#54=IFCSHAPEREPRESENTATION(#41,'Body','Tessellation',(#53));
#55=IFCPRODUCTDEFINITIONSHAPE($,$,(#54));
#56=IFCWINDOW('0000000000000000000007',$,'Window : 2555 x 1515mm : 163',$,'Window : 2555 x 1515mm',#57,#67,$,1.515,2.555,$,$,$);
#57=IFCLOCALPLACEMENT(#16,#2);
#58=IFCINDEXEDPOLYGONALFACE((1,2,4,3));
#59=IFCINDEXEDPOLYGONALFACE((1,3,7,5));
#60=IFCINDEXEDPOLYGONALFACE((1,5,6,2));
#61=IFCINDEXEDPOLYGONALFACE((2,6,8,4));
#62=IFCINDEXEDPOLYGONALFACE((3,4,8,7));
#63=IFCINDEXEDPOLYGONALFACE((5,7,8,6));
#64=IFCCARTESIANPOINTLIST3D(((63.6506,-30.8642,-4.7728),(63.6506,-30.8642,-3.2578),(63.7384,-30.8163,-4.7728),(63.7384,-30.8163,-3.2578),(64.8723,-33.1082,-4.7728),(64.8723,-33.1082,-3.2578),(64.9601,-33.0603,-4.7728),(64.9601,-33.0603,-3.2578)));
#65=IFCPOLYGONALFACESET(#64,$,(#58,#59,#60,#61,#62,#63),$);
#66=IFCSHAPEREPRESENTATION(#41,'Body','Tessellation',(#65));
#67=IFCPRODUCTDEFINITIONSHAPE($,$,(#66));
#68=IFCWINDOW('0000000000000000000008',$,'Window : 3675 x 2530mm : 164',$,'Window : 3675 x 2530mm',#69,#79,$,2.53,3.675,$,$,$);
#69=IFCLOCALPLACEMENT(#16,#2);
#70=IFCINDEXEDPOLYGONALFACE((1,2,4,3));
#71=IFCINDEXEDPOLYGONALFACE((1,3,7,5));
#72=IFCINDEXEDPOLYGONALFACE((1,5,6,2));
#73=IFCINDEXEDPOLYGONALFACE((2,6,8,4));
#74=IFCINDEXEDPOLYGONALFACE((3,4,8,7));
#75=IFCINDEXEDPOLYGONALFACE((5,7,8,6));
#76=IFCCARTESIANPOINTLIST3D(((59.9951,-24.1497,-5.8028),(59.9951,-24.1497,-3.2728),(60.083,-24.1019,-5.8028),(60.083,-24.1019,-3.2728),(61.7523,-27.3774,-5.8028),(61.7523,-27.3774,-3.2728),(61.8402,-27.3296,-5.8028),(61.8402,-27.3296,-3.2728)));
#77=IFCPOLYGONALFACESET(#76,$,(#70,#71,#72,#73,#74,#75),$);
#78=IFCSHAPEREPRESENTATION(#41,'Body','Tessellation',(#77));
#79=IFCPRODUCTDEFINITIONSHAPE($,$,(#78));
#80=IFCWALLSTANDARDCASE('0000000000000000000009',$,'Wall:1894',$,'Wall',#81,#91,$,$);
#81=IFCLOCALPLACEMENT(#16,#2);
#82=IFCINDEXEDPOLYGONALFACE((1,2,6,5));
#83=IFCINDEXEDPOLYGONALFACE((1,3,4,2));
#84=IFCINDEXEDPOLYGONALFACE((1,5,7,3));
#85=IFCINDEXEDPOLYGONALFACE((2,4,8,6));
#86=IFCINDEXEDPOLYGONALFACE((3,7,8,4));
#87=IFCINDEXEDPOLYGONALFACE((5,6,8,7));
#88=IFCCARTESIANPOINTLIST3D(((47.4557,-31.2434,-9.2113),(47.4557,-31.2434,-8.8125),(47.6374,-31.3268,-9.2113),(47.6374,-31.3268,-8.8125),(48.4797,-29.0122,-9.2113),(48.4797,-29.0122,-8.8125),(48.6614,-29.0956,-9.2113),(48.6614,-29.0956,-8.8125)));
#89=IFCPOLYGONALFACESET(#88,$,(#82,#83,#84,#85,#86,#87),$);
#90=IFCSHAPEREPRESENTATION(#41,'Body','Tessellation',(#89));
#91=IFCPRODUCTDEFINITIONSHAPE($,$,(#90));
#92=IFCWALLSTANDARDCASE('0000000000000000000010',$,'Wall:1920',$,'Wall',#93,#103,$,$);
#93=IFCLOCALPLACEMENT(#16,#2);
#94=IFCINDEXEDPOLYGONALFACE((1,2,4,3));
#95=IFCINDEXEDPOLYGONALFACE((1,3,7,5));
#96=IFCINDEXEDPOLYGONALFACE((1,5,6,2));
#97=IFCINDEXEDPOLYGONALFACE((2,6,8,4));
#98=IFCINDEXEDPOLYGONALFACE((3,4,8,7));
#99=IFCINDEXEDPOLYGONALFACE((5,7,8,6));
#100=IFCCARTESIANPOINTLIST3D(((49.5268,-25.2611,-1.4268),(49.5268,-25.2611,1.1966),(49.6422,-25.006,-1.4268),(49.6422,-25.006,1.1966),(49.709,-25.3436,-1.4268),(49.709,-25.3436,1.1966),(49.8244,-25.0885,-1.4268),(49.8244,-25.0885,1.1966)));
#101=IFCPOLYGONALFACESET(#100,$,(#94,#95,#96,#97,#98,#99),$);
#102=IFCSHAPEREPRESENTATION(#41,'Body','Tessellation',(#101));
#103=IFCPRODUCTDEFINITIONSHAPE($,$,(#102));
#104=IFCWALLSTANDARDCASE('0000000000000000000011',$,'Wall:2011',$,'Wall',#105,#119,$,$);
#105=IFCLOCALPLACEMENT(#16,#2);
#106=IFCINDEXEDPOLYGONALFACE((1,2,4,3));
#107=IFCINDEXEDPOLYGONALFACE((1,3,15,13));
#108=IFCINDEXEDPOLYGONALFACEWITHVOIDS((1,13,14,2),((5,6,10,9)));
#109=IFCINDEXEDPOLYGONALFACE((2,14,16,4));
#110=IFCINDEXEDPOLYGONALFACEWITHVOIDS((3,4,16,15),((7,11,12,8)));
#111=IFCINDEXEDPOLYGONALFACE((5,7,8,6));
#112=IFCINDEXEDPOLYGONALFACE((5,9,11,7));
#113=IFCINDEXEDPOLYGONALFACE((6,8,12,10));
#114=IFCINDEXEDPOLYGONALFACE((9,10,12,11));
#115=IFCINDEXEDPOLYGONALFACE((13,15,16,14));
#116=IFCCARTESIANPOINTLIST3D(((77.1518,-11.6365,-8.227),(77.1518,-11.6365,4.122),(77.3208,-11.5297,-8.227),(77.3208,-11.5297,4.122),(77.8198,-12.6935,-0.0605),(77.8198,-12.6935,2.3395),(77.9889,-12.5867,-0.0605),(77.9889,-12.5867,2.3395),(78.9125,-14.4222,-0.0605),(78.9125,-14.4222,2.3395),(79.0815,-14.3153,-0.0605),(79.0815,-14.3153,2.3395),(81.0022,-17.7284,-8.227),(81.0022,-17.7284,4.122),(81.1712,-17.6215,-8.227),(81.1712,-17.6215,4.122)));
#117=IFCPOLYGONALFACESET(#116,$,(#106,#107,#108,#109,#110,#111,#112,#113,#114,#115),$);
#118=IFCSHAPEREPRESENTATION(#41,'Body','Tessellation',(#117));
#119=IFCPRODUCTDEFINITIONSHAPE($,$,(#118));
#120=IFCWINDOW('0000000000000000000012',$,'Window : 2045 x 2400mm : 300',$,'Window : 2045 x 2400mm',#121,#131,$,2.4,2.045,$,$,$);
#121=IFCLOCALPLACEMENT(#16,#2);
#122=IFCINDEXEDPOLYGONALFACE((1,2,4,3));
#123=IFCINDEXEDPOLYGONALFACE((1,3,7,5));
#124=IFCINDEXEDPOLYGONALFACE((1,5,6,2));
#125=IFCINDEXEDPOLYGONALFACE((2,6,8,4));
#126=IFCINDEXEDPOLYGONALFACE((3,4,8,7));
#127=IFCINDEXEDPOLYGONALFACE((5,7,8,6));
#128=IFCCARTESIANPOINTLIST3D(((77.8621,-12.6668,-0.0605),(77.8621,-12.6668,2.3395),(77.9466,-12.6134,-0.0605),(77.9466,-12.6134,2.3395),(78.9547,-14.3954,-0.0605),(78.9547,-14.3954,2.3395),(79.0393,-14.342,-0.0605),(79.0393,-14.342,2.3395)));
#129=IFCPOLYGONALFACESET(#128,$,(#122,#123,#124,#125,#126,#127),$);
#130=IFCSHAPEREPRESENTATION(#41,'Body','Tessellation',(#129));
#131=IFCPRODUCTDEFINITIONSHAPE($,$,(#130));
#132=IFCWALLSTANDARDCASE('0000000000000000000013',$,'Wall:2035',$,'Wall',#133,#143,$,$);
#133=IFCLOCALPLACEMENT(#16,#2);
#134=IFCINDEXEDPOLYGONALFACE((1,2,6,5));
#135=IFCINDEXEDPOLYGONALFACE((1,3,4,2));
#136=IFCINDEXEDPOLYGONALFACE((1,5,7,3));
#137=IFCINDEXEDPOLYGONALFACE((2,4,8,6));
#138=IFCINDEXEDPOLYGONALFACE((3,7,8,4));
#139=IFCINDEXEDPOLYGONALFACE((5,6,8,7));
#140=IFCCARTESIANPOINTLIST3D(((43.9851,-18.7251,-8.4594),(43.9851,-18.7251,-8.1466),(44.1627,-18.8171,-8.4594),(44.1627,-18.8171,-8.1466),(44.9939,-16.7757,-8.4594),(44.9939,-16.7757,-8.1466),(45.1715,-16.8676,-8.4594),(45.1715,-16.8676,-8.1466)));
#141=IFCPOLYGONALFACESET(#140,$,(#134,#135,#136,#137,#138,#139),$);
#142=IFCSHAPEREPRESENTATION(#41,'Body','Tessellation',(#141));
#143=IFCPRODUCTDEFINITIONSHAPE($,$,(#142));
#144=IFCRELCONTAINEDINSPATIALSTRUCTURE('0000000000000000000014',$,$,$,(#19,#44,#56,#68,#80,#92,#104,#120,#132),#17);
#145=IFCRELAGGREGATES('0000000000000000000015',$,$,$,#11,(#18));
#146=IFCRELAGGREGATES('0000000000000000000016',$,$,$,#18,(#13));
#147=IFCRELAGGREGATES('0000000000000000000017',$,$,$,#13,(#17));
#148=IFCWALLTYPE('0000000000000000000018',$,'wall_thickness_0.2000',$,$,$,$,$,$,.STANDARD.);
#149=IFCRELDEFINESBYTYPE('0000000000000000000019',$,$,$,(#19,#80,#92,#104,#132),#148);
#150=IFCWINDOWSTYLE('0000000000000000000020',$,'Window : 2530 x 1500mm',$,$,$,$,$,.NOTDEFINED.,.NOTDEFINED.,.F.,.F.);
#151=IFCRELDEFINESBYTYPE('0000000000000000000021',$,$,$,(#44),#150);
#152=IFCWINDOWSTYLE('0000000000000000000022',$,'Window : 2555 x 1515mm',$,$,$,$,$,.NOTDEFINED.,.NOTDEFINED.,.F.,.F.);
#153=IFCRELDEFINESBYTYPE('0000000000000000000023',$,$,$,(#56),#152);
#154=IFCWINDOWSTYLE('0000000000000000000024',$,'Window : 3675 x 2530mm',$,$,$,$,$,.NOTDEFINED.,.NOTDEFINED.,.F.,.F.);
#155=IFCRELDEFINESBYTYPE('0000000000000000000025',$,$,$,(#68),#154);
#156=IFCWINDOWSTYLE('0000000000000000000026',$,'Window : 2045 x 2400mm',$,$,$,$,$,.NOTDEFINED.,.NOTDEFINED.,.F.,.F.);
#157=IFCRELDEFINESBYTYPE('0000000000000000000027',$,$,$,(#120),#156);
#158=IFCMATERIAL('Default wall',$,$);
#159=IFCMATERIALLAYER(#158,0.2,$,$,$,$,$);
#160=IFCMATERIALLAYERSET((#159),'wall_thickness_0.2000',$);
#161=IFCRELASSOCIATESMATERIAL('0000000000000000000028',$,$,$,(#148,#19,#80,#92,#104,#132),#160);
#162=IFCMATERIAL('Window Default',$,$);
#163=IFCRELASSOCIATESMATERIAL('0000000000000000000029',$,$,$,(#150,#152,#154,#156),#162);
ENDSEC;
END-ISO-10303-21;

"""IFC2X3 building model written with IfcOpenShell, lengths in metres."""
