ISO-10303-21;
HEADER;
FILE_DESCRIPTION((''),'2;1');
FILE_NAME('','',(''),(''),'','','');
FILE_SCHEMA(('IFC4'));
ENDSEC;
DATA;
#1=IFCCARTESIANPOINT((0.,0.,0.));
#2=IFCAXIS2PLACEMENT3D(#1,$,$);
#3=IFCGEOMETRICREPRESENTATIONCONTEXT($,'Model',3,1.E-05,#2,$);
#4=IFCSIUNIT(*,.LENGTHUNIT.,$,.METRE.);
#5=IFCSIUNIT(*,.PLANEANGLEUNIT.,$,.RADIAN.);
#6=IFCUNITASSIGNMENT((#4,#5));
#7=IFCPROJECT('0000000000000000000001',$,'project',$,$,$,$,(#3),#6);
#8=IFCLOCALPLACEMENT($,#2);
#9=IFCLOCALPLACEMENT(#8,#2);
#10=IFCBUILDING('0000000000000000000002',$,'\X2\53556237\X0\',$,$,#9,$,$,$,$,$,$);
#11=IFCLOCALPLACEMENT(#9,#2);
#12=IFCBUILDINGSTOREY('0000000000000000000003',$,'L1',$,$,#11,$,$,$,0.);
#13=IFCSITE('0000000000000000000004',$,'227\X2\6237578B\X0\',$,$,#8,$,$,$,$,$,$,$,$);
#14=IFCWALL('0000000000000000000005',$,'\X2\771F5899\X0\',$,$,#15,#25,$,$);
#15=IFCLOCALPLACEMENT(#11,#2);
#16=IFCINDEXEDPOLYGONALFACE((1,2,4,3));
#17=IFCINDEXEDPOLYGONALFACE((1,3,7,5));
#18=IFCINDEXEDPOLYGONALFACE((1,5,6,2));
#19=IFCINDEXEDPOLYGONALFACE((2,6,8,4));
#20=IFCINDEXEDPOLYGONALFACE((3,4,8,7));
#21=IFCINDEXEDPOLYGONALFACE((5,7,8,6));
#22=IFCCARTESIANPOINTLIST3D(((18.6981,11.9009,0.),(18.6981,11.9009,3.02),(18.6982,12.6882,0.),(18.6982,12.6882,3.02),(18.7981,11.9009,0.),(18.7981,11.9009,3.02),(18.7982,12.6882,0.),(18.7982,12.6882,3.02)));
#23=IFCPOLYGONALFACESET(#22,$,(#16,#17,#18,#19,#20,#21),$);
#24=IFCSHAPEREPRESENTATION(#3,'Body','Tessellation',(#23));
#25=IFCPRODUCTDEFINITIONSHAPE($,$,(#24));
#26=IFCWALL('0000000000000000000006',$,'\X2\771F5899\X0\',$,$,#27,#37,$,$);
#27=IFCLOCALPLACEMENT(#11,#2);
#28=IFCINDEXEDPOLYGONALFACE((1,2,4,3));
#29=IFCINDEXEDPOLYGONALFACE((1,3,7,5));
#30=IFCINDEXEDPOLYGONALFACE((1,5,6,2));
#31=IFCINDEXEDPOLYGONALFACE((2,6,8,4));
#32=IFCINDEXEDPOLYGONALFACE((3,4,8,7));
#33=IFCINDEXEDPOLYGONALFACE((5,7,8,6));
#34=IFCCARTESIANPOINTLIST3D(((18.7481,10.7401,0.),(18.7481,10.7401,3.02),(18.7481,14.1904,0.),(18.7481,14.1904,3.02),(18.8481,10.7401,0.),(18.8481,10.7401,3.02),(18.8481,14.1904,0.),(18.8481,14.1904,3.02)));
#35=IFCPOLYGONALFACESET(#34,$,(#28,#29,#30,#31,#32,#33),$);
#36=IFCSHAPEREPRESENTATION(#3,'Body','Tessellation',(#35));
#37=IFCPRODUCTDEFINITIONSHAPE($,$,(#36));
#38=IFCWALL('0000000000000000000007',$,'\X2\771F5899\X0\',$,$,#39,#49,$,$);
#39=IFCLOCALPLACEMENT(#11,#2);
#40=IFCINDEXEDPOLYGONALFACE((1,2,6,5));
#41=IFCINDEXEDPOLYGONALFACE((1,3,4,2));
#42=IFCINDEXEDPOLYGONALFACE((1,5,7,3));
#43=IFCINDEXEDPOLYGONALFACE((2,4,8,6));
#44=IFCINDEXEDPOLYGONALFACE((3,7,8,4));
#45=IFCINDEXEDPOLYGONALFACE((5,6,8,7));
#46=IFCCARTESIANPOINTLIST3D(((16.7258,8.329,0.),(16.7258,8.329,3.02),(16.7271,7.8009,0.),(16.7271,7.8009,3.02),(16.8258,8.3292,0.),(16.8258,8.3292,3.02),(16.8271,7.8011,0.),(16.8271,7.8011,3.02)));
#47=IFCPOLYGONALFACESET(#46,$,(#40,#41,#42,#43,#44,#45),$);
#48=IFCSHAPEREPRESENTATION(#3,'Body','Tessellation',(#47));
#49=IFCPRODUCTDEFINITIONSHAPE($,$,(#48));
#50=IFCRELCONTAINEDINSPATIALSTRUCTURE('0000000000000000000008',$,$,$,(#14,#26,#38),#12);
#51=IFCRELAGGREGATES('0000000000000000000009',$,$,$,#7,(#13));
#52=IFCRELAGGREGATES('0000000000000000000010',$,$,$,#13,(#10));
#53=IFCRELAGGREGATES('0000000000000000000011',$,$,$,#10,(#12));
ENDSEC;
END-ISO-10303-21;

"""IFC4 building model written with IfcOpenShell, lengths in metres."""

from ifc_helpers import new_model, si_unit, origin, place, context, project, spatial, polyline, outline, extrude, element, save


model = new_model("IFC4")

# Units and contexts
model_context = context("Model", 3, precision=1e-05, world=origin())
ifc_project = project(units=[si_unit("LENGTHUNIT", "METRE"), si_unit("PLANEANGLEUNIT", "RADIAN")], contexts=[model_context])

# Site, building, storey
site_placement = place(None, origin())
site = spatial("IfcSite", under=ifc_project, at=site_placement, Name="227户型")
building_placement = place(site_placement, origin())
building = spatial("IfcBuilding", under=site, at=building_placement, Name="单户")
storey_placement = place(building_placement, origin())
storey = spatial("IfcBuildingStorey", under=building, at=storey_placement, Name="L1", Elevation=0.0)

# Walls
wall_1_placement = place(storey_placement, origin())
element("IfcWall", 1, at=wall_1_placement, inside=storey, Name="真墙", context=model_context, shape_type="SweptSolid", body=[
    extrude(outline(polyline([(18.7982, 12.6882), (18.7981, 11.9009), (18.6981, 11.9009), (18.6982, 12.6882), (18.7982, 12.6882)])), origin(), (0.0, 0.0, 1.0), 3.02),
])
wall_2_placement = place(storey_placement, origin())
element("IfcWall", 2, at=wall_2_placement, inside=storey, Name="真墙", context=model_context, shape_type="SweptSolid", body=[
    extrude(outline(polyline([(18.7481, 10.7401), (18.7481, 14.1904), (18.8481, 14.1904), (18.8481, 10.7401), (18.7481, 10.7401)])), origin(), (0.0, 0.0, 1.0), 3.02),
])
wall_3_placement = place(storey_placement, origin())
element("IfcWall", 3, at=wall_3_placement, inside=storey, Name="真墙", context=model_context, shape_type="SweptSolid", body=[
    extrude(outline(polyline([(16.7271, 7.8009), (16.7258, 8.329), (16.8258, 8.3292), (16.8271, 7.8011), (16.7271, 7.8009)])), origin(), (0.0, 0.0, 1.0), 3.02),
])

save(model, "model.ifc")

====================

Exercise aim:
Take the listing above from its first line through the line containing "#62=IFCINDEXEDPOLYGONALFACE((3,4,8,7));", and transcribe that stretch exactly, with no other lines.

Output for this exercise:
#54=IFCSHAPEREPRESENTATION(#41,'Body','Tessellation',(#53));
#55=IFCPRODUCTDEFINITIONSHAPE($,$,(#54));
#56=IFCWINDOW('0000000000000000000007',$,'Window : 2555 x 1515mm : 163',$,'Window : 2555 x 1515mm',#57,#67,$,1.515,2.555,$,$,$);
#57=IFCLOCALPLACEMENT(#16,#2);
#58=IFCINDEXEDPOLYGONALFACE((1,2,4,3));
#59=IFCINDEXEDPOLYGONALFACE((1,3,7,5));
#60=IFCINDEXEDPOLYGONALFACE((1,5,6,2));
#61=IFCINDEXEDPOLYGONALFACE((2,6,8,4));
#62=IFCINDEXEDPOLYGONALFACE((3,4,8,7));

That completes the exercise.